12 lutego 2014

Śmiech szaleńca, czyli o Europie Środkowej raz jeszcze

Według Vilikovskiego Środkowoeuropejczyk jest skazany na melancholię, samotność, ciągłe zawieszenie między teraźniejszością i przeszłością oraz prawdą i mitem. Ale też na śmiech, który pozwala w tym wszystkim przetrwać.

 

Pavel Vilikovský jest jednym z najbardziej popularnych i uznanych pisarzy słowackich, docenianym także za granicą. W zróżnicowanym formalnie tomie „Okrutny maszynista” znajdziemy dialog z kliszami, które zdominowały dyskusję o środkowoeuropejskości. Autor drwi z tego intelektualnego konceptu, ale jednocześnie sięga po niego, by przedstawić swoją interpretację tożsamości obywateli regionu. Z jakim efektem? Bardzo dobrym – otrzymujemy bowiem urokliwy, wypełniony ciekawymi pytaniami zbiór tekstów, które łączy samotność bohaterów i czarny humor, pozwalający na dystans nawet wobec trudniejszych rozpoznań.

 

Najdobitniejszym głosem w tej dyskusji jest otwierające tom opowiadanie „Wszystko, co wiem o byciu Środkowoeuropejczykiem”. Punktem wyjścia jest tu przypadkowe spotkanie narratora z Albertem Camusem w trakcie kolejowej podróży.

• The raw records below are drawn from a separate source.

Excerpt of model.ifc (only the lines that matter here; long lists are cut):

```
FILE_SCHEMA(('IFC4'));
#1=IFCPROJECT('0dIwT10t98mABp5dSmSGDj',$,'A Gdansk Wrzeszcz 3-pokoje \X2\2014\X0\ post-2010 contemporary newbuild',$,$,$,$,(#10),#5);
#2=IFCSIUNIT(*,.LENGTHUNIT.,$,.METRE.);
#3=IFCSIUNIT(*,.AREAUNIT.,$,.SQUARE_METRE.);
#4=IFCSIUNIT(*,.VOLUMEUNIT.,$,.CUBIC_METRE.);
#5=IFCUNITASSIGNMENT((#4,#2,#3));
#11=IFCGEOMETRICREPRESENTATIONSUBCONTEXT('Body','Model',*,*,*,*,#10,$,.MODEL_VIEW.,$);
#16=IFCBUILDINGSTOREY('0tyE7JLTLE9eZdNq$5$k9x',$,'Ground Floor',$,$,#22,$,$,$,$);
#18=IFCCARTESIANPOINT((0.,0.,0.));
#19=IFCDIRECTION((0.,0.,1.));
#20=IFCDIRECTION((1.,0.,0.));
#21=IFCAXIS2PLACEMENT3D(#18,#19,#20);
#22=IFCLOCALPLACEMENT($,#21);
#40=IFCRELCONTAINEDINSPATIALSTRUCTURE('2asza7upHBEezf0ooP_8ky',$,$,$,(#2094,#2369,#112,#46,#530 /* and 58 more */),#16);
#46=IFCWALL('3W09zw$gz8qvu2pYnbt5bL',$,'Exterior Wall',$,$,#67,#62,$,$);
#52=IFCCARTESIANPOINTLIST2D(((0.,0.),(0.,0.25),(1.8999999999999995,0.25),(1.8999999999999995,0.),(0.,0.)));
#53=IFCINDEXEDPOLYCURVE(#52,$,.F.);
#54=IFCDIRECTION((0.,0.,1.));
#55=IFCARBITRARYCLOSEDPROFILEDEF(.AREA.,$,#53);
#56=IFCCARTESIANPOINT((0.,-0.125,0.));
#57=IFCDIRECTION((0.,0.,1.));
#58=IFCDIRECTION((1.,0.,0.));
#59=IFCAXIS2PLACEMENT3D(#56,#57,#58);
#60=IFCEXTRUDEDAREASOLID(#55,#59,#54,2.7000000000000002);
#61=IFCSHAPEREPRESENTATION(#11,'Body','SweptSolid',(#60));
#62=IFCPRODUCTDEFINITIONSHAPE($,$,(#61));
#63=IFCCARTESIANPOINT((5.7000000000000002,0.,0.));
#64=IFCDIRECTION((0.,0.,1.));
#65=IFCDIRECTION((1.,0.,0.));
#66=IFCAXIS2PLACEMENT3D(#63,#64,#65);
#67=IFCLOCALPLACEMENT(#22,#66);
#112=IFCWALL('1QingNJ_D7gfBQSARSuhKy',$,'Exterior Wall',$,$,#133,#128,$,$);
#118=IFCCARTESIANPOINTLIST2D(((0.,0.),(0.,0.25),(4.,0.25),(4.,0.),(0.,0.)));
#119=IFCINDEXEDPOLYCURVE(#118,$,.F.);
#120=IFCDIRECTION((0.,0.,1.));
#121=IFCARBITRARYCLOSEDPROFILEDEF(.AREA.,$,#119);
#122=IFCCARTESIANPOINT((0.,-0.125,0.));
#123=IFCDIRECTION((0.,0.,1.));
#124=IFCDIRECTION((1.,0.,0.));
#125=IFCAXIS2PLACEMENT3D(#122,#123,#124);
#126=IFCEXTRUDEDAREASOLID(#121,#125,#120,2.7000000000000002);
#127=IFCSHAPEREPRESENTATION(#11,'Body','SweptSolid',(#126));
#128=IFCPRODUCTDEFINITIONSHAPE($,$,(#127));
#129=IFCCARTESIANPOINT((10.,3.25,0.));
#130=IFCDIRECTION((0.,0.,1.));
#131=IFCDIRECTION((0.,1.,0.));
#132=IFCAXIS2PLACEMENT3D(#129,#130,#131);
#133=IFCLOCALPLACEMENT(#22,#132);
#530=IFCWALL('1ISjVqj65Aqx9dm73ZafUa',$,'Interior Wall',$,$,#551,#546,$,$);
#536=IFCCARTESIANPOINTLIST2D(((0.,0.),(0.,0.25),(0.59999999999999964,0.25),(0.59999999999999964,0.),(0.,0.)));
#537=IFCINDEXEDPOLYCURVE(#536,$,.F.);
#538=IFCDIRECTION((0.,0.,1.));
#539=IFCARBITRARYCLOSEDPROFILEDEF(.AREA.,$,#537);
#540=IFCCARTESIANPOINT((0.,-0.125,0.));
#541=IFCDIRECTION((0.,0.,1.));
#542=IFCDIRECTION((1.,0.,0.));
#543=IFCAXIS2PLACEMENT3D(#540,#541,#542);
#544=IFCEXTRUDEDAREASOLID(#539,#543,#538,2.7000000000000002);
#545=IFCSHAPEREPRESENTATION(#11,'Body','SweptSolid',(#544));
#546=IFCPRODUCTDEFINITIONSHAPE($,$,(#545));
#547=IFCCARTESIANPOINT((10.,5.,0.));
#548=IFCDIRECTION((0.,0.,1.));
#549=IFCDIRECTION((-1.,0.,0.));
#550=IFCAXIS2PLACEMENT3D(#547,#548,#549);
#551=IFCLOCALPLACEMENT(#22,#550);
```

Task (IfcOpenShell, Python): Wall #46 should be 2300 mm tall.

```python
import ifcopenshell
import ifcopenshell.geom
import ifcopenshell.util.representation
import ifcopenshell.util.shape

model = ifcopenshell.open("model.ifc")
settings = ifcopenshell.geom.settings()


def volume(element):
    """Net volume in cubic metres, openings subtracted."""
    shape = ifcopenshell.geom.create_shape(settings, element)
    return ifcopenshell.util.shape.get_volume(shape.geometry)


wall = model.by_id(46)
before = volume(wall)

body = ifcopenshell.util.representation.get_representation(wall, "Model", "Body")
solid = body.Items[0]
old_height = solid.Depth
solid.Depth = 2.3
after = volume(wall)

print(f"height {old_height:g} -> {solid.Depth:g}, volume {before:.3f} -> {after:.3f} m3")

model.write("model_edited.ifc")
```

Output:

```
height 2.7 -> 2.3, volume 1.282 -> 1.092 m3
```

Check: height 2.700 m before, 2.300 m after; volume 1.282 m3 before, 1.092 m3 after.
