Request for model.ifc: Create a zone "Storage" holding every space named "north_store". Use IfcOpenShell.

First a look at what the model holds.

```python
import ifcopenshell

model = ifcopenshell.open("model.ifc")
print(model.schema)
seen = {}
for space in model.by_type("IfcSpace"):
    seen[space.Name] = seen.get(space.Name, 0) + 1
for name, count in sorted(seen.items(), key=str):
    print(count, "x", name)
print("zones:", [z.Name for z in model.by_type("IfcZone")][:20])
```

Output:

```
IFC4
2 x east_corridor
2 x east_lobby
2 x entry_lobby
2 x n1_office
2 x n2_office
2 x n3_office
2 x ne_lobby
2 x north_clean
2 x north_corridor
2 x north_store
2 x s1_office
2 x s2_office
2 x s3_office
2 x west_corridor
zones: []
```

```python
import ifcopenshell
import ifcopenshell.api.group
import ifcopenshell.api.root

model = ifcopenshell.open("model.ifc")

names = {"north_store"}
spaces = [s for s in model.by_type("IfcSpace") if s.Name in names]

zone = ifcopenshell.api.root.create_entity(model, ifc_class="IfcZone", name="Storage")
ifcopenshell.api.group.assign_group(model, products=spaces, group=zone)
print(len(spaces), "spaces in", zone.Name)

model.write("model_rev.ifc")
```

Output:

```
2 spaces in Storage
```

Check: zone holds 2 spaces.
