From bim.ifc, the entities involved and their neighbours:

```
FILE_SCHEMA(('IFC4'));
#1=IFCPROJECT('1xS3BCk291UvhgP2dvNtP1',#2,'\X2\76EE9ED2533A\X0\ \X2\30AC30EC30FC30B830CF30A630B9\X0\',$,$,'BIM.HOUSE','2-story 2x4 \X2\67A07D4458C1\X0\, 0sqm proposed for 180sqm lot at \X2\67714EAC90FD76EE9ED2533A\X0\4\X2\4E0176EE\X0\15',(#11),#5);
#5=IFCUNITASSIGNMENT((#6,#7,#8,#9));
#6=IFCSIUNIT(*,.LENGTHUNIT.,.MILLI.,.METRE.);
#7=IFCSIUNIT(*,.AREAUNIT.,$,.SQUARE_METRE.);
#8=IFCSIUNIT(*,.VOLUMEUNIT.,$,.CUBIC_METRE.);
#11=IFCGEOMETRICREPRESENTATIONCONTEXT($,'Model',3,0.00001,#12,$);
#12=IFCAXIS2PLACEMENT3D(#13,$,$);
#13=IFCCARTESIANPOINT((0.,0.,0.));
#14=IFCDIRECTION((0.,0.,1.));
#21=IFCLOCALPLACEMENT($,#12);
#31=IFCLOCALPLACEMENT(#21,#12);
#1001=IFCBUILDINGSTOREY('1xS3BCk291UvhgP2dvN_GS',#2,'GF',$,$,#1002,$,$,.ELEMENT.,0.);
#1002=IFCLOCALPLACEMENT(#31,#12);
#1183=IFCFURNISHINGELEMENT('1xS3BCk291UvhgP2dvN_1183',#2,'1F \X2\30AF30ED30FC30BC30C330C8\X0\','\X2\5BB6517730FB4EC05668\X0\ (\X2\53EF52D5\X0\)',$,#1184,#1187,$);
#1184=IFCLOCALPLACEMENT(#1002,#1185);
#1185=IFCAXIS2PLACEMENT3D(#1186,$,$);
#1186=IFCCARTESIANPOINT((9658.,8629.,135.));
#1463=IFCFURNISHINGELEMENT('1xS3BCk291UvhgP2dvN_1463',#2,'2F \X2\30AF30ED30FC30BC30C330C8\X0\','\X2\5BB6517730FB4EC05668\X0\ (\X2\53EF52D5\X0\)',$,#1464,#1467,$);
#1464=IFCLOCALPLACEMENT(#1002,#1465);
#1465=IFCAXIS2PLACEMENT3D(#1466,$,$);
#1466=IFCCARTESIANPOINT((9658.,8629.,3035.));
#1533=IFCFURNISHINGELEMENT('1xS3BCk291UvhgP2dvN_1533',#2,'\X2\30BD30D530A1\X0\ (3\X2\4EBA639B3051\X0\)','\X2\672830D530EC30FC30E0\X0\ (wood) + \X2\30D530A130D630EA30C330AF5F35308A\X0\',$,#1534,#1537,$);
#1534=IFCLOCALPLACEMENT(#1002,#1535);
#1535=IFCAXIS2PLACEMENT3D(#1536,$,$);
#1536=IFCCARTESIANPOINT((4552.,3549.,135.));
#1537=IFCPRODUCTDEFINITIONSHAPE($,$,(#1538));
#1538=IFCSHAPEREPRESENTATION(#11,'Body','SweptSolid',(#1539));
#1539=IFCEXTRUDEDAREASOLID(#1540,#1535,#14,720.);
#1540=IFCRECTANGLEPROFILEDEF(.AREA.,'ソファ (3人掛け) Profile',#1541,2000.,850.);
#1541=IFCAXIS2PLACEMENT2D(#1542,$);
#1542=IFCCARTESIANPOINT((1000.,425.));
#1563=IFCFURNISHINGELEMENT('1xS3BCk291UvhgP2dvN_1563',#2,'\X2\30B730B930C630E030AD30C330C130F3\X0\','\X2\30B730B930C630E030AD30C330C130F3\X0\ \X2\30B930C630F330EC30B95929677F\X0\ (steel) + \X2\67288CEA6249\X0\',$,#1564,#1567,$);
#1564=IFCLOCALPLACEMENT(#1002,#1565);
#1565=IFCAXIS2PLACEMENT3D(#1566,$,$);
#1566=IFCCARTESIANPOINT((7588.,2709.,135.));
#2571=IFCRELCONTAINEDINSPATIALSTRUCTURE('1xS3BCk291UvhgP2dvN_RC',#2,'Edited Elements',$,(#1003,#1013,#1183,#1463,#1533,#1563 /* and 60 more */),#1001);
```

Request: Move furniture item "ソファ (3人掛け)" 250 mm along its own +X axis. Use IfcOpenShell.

```python
import ifcopenshell
import ifcopenshell.api.geometry
import ifcopenshell.util.placement

model = ifcopenshell.open("bim.ifc")

item = model.by_guid("1xS3BCk291UvhgP2dvN_1533")
matrix = ifcopenshell.util.placement.get_local_placement(item.ObjectPlacement)
matrix[:3, 3] += matrix[:3, 0] * 250.0
ifcopenshell.api.geometry.edit_object_placement(model, product=item, matrix=matrix, is_si=False)

print(ifcopenshell.util.placement.get_local_placement(item.ObjectPlacement).round(3) + 0.0)

model.write("bim-out.ifc")
```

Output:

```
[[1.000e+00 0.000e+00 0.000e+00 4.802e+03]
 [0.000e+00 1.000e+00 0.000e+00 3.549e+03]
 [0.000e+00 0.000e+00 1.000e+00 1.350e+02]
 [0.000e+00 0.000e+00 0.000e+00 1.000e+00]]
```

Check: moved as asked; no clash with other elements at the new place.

Camus – sam trawiony egzystencjalnym niepokojem – odbiera rzeczywistość Moraw przez pryzmat własnego wyobrażenia o środkowoeuropejskości. Środkowoeuropejskie dla niego jest tam wszystko, a najbardziej już to, co skrzywione, nie do końca zrozumiałe, to, co kryzysowe i ułomne. Narrator określa go mianem kolekcjonera tego, co nieistotne, „historykiem tego, co nie ma historii, okruchów, które niezauważone spadają pod stół dziejów”. W owym braku znaczenia francuski pisarz dostrzega największe znaczenie, nieprzypadkowo więc w anonimową podróż wybiera się w ten właśnie rejon świata. Mimo obustronnej chęci zrozumienia, uczestnicy spotkania pojąć się w pełni jednak nie mogą, a bariera językowa (rozumiana dosłownie) jest jedynie żartobliwym podbiciem barier wiekowych i światopoglądowych. Kwestia ta zresztą – izolacji jednostki i jej ciągłej samotności – jest jednym w głównych ogniw pomiędzy opowiadaniami. Bohaterowie wszystkich tekstów poszukują bowiem wspólnego języka (lub świadomie wybierają rozmówcę, z którym kontakt skazany jest na fiasko, jak np. śledczy zafascynowany historią zmarłej Marii B. lub socrealistyczny Romeo, inżynier Kasanovský), ale na język jednostki u Vilikovskiego składa się zbyt dużo doświadczeń indywidualnych, aby do komunikacji dojść mogło. Autor pokazuje nam, że człowiek skazany jest na samotność, zbudowaną ze swoistego odbioru rzeczywistości, jej osobistych interpretacji i wspomnień po niej.

 

Temat ostatni – wspomnień właśnie – jest zresztą odrębną kategorią, nad którą warto się w kontekście tego tomu pochylić. W onirycznej rzeczywistości mieszają się tu bowiem teraźniejszość i mitologizowana, a nawet wyobrażona przeszłość. Teraźniejszość jest odsuwana przez bohaterów jako niewygodna: unikają jej, osuwając się w zabezpieczone mechanizmami pamięci wspomnienia lub po prostu dokonując takich wyborów, które pozwolą, omijając ewentualne rozczarowanie, marzyć dalej (choćby wspomniany już Kasanovský).

 

Przede wszystkim jednak orężem postaci są ironia i dystans, których chciałoby się od nich nauczyć. Skoro już jako mieszkańcy olanej przez Boga prowincji (bo tak określa nas w opowiadaniu-liście Sígmán Fríjád, znany też jako Zygmunt Freud) nie zaznamy egzystencjalnego spokoju, to warto przynajmniej z tego szaleństwa czasem się pośmiać.